> **EXERCISE OBJECTIVE**
When you output the entries, begin with the first line and end with the line containing "#29=IFCPOLYGONALFACESET(#28,$,(#22,#23,#24,#25,#26,#27),$);", keeping each line exactly as it is.
********************
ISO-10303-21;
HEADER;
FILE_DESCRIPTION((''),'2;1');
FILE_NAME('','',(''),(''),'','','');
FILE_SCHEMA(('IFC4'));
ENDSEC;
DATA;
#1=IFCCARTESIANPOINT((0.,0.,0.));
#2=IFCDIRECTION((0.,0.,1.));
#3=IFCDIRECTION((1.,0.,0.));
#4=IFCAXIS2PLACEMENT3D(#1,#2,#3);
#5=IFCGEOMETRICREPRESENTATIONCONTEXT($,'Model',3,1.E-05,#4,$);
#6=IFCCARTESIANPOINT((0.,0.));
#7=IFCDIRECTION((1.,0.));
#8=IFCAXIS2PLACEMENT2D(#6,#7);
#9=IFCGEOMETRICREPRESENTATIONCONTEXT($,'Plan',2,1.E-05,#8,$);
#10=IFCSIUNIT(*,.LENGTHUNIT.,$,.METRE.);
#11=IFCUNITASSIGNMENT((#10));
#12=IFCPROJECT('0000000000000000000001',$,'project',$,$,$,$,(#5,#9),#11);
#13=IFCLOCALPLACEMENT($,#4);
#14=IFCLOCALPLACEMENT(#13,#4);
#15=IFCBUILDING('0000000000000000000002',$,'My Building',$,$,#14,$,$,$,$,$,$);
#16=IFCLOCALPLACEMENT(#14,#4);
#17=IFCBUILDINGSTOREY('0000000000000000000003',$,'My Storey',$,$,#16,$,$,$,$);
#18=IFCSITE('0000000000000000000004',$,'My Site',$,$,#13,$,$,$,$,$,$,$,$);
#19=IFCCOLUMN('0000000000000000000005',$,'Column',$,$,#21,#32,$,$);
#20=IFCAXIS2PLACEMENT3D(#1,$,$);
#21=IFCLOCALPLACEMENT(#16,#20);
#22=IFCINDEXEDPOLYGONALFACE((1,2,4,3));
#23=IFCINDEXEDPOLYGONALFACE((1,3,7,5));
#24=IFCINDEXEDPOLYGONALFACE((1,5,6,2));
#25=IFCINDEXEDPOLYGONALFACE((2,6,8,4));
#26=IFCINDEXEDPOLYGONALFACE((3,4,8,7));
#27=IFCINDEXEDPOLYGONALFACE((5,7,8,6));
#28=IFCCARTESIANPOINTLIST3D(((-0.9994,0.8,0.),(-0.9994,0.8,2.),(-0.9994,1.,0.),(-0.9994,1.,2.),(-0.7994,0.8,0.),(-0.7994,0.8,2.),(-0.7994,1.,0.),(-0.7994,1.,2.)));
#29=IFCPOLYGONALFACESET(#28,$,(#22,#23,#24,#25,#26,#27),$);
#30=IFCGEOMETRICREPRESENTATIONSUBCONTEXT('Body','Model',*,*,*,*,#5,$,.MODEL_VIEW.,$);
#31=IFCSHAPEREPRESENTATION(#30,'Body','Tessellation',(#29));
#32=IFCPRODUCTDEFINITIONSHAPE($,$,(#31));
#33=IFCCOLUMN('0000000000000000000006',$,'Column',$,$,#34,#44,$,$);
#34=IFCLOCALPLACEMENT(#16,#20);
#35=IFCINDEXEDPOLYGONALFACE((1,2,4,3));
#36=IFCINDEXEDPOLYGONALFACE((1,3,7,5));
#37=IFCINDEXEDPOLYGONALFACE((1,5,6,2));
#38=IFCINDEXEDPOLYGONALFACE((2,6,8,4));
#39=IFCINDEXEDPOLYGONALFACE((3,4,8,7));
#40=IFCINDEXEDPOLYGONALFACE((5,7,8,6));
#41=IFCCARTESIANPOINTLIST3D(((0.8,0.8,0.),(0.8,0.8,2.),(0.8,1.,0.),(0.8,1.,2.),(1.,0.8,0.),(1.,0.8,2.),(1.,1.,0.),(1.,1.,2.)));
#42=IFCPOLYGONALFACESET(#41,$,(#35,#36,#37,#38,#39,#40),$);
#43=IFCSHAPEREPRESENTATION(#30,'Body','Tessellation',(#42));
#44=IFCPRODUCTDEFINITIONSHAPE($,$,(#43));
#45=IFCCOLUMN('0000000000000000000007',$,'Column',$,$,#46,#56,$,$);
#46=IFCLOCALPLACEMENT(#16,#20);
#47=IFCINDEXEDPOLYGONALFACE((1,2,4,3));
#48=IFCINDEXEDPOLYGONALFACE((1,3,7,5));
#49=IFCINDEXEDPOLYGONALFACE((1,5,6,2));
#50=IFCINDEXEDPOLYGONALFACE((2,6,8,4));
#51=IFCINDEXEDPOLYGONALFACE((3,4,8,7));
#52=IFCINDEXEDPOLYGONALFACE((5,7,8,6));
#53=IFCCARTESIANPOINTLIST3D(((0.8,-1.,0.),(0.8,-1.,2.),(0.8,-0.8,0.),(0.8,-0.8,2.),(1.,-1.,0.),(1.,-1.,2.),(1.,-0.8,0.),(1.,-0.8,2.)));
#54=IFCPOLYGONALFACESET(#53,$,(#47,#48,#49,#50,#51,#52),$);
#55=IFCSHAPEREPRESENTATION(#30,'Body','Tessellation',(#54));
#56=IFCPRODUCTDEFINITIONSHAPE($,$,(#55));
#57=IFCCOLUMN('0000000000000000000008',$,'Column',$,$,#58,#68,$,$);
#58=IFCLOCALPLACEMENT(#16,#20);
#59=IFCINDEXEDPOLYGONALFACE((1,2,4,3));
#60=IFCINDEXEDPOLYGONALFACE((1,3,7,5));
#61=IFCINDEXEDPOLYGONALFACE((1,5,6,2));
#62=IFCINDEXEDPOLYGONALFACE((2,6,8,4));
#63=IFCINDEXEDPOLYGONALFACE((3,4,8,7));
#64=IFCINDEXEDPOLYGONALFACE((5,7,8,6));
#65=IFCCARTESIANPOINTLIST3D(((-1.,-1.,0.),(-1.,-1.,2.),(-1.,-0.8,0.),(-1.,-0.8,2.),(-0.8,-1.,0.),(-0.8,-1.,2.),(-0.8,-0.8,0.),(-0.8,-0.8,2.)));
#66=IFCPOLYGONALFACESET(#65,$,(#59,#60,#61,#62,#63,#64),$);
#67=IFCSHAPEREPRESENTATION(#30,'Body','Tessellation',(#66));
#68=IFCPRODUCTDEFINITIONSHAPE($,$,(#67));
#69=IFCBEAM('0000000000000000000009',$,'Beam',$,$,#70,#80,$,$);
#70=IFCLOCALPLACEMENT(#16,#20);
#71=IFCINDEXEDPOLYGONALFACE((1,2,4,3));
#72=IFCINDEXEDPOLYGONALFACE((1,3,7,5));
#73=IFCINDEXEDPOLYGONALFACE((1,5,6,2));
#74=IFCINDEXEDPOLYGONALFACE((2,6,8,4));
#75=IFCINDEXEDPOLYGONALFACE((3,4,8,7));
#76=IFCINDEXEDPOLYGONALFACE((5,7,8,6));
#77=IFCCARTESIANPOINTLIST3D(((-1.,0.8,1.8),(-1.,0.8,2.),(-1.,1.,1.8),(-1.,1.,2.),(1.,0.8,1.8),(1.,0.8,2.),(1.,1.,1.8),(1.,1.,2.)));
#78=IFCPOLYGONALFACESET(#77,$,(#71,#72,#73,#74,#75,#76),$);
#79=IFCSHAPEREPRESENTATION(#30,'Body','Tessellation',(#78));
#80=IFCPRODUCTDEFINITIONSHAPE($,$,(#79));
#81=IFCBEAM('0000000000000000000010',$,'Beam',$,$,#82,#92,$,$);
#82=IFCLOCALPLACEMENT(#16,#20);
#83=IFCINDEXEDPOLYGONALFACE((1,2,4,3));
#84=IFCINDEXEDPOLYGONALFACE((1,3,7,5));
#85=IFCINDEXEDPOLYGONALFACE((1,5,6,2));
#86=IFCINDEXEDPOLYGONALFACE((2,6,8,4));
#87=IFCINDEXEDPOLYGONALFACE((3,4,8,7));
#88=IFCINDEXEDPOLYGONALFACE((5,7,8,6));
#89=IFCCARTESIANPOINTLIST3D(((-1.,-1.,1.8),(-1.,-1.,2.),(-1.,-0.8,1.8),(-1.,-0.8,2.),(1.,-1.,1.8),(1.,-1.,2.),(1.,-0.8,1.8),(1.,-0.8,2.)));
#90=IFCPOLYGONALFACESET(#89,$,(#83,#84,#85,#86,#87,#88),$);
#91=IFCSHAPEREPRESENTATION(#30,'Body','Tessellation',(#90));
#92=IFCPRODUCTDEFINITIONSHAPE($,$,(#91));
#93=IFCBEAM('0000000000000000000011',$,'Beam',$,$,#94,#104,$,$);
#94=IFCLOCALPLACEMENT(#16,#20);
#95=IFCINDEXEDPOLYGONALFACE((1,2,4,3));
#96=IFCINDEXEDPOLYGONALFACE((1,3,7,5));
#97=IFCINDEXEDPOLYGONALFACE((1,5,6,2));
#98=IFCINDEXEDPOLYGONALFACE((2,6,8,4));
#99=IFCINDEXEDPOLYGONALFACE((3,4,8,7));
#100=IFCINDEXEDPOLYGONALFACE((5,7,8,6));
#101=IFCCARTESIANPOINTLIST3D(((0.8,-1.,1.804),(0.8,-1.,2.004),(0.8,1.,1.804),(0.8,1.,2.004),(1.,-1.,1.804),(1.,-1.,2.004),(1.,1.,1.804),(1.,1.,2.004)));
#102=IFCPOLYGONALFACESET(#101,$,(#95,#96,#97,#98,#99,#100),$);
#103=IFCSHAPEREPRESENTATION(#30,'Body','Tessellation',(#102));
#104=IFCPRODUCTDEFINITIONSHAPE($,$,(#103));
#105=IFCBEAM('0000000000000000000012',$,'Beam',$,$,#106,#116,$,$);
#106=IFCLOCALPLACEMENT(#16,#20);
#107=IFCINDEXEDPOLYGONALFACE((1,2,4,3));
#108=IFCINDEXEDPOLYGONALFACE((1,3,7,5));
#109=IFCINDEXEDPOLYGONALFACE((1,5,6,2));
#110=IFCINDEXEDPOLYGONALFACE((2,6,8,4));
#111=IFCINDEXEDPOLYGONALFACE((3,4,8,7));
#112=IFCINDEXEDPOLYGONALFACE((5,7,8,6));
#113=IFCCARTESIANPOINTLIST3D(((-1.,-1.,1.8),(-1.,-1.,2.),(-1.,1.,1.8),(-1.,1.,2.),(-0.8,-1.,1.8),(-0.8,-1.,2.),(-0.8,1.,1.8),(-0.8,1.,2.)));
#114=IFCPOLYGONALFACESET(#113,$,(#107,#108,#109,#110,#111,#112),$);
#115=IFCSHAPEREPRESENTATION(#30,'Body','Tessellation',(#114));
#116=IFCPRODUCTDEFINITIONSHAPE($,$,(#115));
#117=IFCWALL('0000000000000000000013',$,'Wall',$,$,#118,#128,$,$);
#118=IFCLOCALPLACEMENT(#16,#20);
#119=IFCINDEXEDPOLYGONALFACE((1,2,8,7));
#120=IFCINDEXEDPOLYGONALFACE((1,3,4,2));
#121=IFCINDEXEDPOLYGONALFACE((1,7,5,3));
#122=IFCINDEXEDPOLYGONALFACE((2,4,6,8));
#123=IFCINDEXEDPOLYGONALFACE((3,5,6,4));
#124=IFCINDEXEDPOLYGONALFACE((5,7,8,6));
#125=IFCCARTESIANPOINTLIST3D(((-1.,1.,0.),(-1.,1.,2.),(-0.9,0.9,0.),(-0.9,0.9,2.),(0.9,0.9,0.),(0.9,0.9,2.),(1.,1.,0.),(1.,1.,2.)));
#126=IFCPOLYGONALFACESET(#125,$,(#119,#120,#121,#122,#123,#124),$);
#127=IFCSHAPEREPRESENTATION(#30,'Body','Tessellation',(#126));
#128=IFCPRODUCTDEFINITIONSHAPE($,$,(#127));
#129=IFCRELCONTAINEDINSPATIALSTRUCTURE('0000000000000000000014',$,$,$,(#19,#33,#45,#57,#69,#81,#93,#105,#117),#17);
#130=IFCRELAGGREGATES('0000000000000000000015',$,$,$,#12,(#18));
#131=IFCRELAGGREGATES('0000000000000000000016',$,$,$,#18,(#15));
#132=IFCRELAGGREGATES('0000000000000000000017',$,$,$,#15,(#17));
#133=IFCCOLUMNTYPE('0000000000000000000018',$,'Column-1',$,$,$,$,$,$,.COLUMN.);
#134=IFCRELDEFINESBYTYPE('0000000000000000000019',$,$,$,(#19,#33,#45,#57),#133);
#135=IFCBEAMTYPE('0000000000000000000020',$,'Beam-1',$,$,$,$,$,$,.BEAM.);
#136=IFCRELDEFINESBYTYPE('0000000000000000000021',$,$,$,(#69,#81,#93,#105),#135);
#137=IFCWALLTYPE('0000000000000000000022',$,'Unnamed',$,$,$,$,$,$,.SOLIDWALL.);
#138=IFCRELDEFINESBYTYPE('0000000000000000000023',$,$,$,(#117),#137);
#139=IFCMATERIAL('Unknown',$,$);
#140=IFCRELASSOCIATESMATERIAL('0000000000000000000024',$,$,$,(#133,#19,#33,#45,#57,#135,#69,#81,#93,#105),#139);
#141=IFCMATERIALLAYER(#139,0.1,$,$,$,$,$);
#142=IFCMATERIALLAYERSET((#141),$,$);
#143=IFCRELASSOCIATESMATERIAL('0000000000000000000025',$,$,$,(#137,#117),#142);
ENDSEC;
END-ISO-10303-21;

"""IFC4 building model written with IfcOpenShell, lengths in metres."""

from ifc_helpers import new_model, si_unit, frame, origin_with_axes, origin_2d_with_axis, place, context, subcontext, project, spatial, line, indexed_curve, rectangle, outline, extrude, material, layer, layer_set, layer_usage, material_profile, profile_set, profile_usage, type_object, element, save


model = new_model("IFC4")

# Units and contexts
model_context = context("Model", 3, precision=1e-05, world=origin_with_axes())
plan_context = context("Plan", 2, precision=1e-05, world=origin_2d_with_axis())
body_context_1 = subcontext(model_context, "Body", "Model", "MODEL_VIEW")
ifc_project = project(units=[si_unit("LENGTHUNIT", "METRE")], contexts=[model_context, plan_context])

# Site, building, storey
site_placement = place(None, origin_with_axes())
site = spatial("IfcSite", under=ifc_project, at=site_placement, Name="My Site")
building_placement = place(site_placement, origin_with_axes())
building = spatial("IfcBuilding", under=site, at=building_placement, Name="My Building")
storey_placement = place(building_placement, origin_with_axes())
storey = spatial("IfcBuildingStorey", under=building, at=storey_placement, Name="My Storey")

# Columns
ifc_material = material(Name="Unknown")
ifc_material_profile_1 = material_profile(ifc_material, rectangle(XDim=0.2, YDim=0.2))
ifc_profile_set_1 = profile_set([ifc_material_profile_1])
ifc_profile_usage_1 = profile_usage(ifc_profile_set_1, cardinal=4)
column_type = type_object("IfcColumnType", Name="Column-1", PredefinedType="COLUMN", material=ifc_profile_set_1)
column_1_placement = place(storey_placement, frame((-0.7994, 0.9, 0.0), z_axis=(0.0, 0.0, 1.0), x_axis=(1.0, 0.0, 0.0)))
element("IfcColumn", 1, at=column_1_placement, inside=storey, type_object=column_type, material=ifc_profile_usage_1, Name="Column", context=body_context_1, shape_type="SweptSolid", body=[
    extrude(rectangle(XDim=0.2, YDim=0.2), frame((-0.1, 0.0, 0.0), z_axis=(0.0, 0.0, 1.0), x_axis=(1.0, 0.0, 0.0)), (0.0, 0.0, 1.0), 2.0),
])
ifc_profile_usage_2 = profile_usage(ifc_profile_set_1, cardinal=4)
column_2_placement = place(storey_placement, frame((1.0, 0.9, 0.0), z_axis=(0.0, 0.0, 1.0), x_axis=(1.0, 0.0, 0.0)))
element("IfcColumn", 2, at=column_2_placement, inside=storey, type_object=column_type, material=ifc_profile_usage_2, Name="Column", context=body_context_1, shape_type="SweptSolid", body=[
    extrude(rectangle(XDim=0.2, YDim=0.2), frame((-0.1, 0.0, 0.0), z_axis=(0.0, 0.0, 1.0), x_axis=(1.0, 0.0, 0.0)), (0.0, 0.0, 1.0), 2.0),
])
ifc_profile_usage_3 = profile_usage(ifc_profile_set_1, cardinal=4)
column_3_placement = place(storey_placement, frame((1.0, -0.9, 0.0), z_axis=(0.0, 0.0, 1.0), x_axis=(1.0, 0.0, 0.0)))
element("IfcColumn", 3, at=column_3_placement, inside=storey, type_object=column_type, material=ifc_profile_usage_3, Name="Column", context=body_context_1, shape_type="SweptSolid", body=[
    extrude(rectangle(XDim=0.2, YDim=0.2), frame((-0.1, 0.0, 0.0), z_axis=(0.0, 0.0, 1.0), x_axis=(1.0, 0.0, 0.0)), (0.0, 0.0, 1.0), 2.0),
])
ifc_profile_usage_4 = profile_usage(ifc_profile_set_1, cardinal=4)
column_4_placement = place(storey_placement, frame((-0.8, -0.9, 0.0), z_axis=(0.0, 0.0, 1.0), x_axis=(1.0, 0.0, 0.0)))
element("IfcColumn", 4, at=column_4_placement, inside=storey, type_object=column_type, material=ifc_profile_usage_4, Name="Column", context=body_context_1, shape_type="SweptSolid", body=[
    extrude(rectangle(XDim=0.2, YDim=0.2), frame((-0.1, 0.0, 0.0), z_axis=(0.0, 0.0, 1.0), x_axis=(1.0, 0.0, 0.0)), (0.0, 0.0, 1.0), 2.0),
])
********************
> **RESULT OF THE EXERCISE**
ISO-10303-21;
HEADER;
FILE_DESCRIPTION((''),'2;1');
FILE_NAME('','',(''),(''),'','','');
FILE_SCHEMA(('IFC4'));
ENDSEC;
DATA;
#1=IFCCARTESIANPOINT((0.,0.,0.));
#2=IFCDIRECTION((0.,0.,1.));
#3=IFCDIRECTION((1.,0.,0.));
#4=IFCAXIS2PLACEMENT3D(#1,#2,#3);
#5=IFCGEOMETRICREPRESENTATIONCONTEXT($,'Model',3,1.E-05,#4,$);
#6=IFCCARTESIANPOINT((0.,0.));
#7=IFCDIRECTION((1.,0.));
#8=IFCAXIS2PLACEMENT2D(#6,#7);
#9=IFCGEOMETRICREPRESENTATIONCONTEXT($,'Plan',2,1.E-05,#8,$);
#10=IFCSIUNIT(*,.LENGTHUNIT.,$,.METRE.);
#11=IFCUNITASSIGNMENT((#10));
#12=IFCPROJECT('0000000000000000000001',$,'project',$,$,$,$,(#5,#9),#11);
#13=IFCLOCALPLACEMENT($,#4);
#14=IFCLOCALPLACEMENT(#13,#4);
#15=IFCBUILDING('0000000000000000000002',$,'My Building',$,$,#14,$,$,$,$,$,$);
#16=IFCLOCALPLACEMENT(#14,#4);
#17=IFCBUILDINGSTOREY('0000000000000000000003',$,'My Storey',$,$,#16,$,$,$,$);
#18=IFCSITE('0000000000000000000004',$,'My Site',$,$,#13,$,$,$,$,$,$,$,$);
#19=IFCCOLUMN('0000000000000000000005',$,'Column',$,$,#21,#32,$,$);
#20=IFCAXIS2PLACEMENT3D(#1,$,$);
#21=IFCLOCALPLACEMENT(#16,#20);
#22=IFCINDEXEDPOLYGONALFACE((1,2,4,3));
#23=IFCINDEXEDPOLYGONALFACE((1,3,7,5));
#24=IFCINDEXEDPOLYGONALFACE((1,5,6,2));
#25=IFCINDEXEDPOLYGONALFACE((2,6,8,4));
#26=IFCINDEXEDPOLYGONALFACE((3,4,8,7));
#27=IFCINDEXEDPOLYGONALFACE((5,7,8,6));
#28=IFCCARTESIANPOINTLIST3D(((-0.9994,0.8,0.),(-0.9994,0.8,2.),(-0.9994,1.,0.),(-0.9994,1.,2.),(-0.7994,0.8,0.),(-0.7994,0.8,2.),(-0.7994,1.,0.),(-0.7994,1.,2.)));
#29=IFCPOLYGONALFACESET(#28,$,(#22,#23,#24,#25,#26,#27),$);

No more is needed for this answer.